Both the FBI and Guinn appeared
to group the fragments into a body shot and head shot.
However, the FBI set contained a systematic error
and Guinn’s results had potential problems. The core
of the fragments was heterogeneous so that critics
charge that different results could be obtained. Guinn
overcame the FBI’s systematic error, and Rahn and
Sturdivan overcame the heterogeneity problem by showing
that it was a non-issue. The heterogeneity actually
proved to be critical to grouping the fragments into
the remains of the two and only two bullets.
The benefits of nuclear activation
analyses extend beyond limiting the hits to two bullets,
by providing the only way to prove that Oswald’s rifle
was fired that day, and thereby quash the rumors that
it had been planted to frame Oswald.
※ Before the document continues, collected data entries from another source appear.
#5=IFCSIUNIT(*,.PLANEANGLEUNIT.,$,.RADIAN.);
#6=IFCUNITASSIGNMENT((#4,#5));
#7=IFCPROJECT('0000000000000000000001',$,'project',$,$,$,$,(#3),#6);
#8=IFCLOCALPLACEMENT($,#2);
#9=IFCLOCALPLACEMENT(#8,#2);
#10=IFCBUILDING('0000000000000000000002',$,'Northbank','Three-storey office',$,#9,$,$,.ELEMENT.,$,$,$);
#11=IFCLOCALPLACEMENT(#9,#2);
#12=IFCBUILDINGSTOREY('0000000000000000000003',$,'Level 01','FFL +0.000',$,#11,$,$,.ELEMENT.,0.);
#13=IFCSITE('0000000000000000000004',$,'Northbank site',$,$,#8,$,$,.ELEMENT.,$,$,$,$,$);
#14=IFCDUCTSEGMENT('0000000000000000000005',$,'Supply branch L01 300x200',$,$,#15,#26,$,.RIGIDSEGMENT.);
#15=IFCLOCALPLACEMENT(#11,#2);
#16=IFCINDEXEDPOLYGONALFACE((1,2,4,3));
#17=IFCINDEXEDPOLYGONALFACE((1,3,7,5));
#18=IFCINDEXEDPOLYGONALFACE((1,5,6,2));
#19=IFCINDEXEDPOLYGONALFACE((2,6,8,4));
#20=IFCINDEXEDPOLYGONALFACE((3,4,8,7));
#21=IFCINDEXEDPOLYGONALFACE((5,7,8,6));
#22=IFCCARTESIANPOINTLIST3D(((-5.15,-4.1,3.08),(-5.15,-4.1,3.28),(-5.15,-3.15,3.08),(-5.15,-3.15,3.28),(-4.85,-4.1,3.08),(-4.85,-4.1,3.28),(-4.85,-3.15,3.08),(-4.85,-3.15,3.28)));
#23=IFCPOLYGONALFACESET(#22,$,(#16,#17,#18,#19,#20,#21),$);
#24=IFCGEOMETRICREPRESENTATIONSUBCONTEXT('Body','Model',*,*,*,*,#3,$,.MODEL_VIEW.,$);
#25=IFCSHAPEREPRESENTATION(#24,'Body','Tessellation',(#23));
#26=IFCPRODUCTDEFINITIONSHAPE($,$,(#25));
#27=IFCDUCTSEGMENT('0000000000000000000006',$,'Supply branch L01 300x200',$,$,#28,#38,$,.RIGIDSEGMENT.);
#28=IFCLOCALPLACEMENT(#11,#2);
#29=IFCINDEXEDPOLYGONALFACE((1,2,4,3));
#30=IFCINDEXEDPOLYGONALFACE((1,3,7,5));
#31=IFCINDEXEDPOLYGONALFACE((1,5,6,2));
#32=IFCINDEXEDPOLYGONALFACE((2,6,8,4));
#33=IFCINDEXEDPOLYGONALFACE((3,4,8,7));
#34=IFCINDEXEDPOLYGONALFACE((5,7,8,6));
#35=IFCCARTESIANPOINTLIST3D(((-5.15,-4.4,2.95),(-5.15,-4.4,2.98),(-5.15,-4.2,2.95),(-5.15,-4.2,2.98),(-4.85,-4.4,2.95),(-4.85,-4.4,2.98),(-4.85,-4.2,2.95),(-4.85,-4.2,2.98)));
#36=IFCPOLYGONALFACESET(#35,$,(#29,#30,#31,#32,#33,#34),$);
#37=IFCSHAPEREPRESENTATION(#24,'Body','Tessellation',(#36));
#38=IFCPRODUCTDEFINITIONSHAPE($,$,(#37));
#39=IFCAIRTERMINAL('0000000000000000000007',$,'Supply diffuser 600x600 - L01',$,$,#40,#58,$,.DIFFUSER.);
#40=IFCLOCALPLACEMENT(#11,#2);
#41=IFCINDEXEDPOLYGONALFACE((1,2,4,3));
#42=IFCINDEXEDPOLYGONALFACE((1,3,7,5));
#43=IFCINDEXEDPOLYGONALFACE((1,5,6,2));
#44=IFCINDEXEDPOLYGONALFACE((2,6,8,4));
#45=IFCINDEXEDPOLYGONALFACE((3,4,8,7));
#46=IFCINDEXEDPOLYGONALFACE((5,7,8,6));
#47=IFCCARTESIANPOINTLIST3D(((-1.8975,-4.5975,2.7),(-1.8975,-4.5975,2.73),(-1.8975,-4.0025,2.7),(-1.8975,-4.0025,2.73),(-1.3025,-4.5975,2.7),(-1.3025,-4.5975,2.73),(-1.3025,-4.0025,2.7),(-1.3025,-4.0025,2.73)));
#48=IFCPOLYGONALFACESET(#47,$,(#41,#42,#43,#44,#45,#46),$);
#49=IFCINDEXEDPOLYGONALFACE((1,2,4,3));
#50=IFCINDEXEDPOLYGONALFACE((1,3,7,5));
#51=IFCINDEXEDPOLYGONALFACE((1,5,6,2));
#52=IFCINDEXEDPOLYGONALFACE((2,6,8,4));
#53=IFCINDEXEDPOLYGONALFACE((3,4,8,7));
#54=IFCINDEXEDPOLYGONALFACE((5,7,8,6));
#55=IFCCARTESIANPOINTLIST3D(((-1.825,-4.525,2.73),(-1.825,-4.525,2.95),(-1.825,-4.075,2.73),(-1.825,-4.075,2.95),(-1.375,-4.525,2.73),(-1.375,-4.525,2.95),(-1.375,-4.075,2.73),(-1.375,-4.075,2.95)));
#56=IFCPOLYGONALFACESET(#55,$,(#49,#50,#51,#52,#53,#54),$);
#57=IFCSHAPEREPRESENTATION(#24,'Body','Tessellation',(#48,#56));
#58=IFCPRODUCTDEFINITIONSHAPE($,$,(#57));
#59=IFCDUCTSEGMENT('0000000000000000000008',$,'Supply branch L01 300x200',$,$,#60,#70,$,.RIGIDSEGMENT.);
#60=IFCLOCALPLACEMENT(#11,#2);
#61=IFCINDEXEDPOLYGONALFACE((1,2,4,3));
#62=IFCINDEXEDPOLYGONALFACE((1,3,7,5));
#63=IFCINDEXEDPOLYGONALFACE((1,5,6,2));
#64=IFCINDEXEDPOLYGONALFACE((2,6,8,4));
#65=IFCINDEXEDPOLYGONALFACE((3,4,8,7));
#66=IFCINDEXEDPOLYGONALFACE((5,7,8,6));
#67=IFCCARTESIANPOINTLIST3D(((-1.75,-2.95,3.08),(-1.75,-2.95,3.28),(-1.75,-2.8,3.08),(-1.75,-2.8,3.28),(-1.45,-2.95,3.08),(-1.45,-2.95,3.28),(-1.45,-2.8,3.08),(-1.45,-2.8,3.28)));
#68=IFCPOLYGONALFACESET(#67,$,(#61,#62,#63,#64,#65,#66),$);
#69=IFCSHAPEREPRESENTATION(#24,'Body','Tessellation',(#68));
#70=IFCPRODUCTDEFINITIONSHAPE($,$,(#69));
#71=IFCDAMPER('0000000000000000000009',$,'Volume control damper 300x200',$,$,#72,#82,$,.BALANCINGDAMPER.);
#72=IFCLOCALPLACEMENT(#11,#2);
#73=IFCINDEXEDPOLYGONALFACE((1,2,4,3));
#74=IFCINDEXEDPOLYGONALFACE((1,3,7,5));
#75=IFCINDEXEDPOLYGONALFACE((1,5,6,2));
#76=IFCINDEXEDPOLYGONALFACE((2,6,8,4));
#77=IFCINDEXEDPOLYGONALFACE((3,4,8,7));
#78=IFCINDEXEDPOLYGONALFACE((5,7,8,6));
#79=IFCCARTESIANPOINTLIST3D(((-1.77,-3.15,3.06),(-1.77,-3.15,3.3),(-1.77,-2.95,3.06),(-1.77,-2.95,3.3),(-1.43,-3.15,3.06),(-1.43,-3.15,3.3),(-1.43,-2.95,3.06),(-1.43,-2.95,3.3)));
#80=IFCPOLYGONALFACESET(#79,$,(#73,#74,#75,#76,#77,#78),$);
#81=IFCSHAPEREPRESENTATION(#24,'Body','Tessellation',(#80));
They also render
the details of the headshot and back wound irrelevant.
They lead to the best-documented shooting scenario
to date, namely an early miss, a single bullet through
both men’s bodies, and the killing hit to JFK’s head
five seconds later. Most importantly, nuclear activation
analyses ties much of the physical evidence together
and brings Oswald much closer to the crime by proving
that his rifle did it all.
So the mob, Castro, the CIA,
the Russians, Vice President Lyndon Johnson or the
countless other supposed conspirators aren’t the bad
guys. Although society seems to need to feel that
only great plots can take down great men, the two
scientists argue that Oswald, alone, took his shot
at history. A shot that forever changed the course
of our nation and gave birth to America’s skepticism.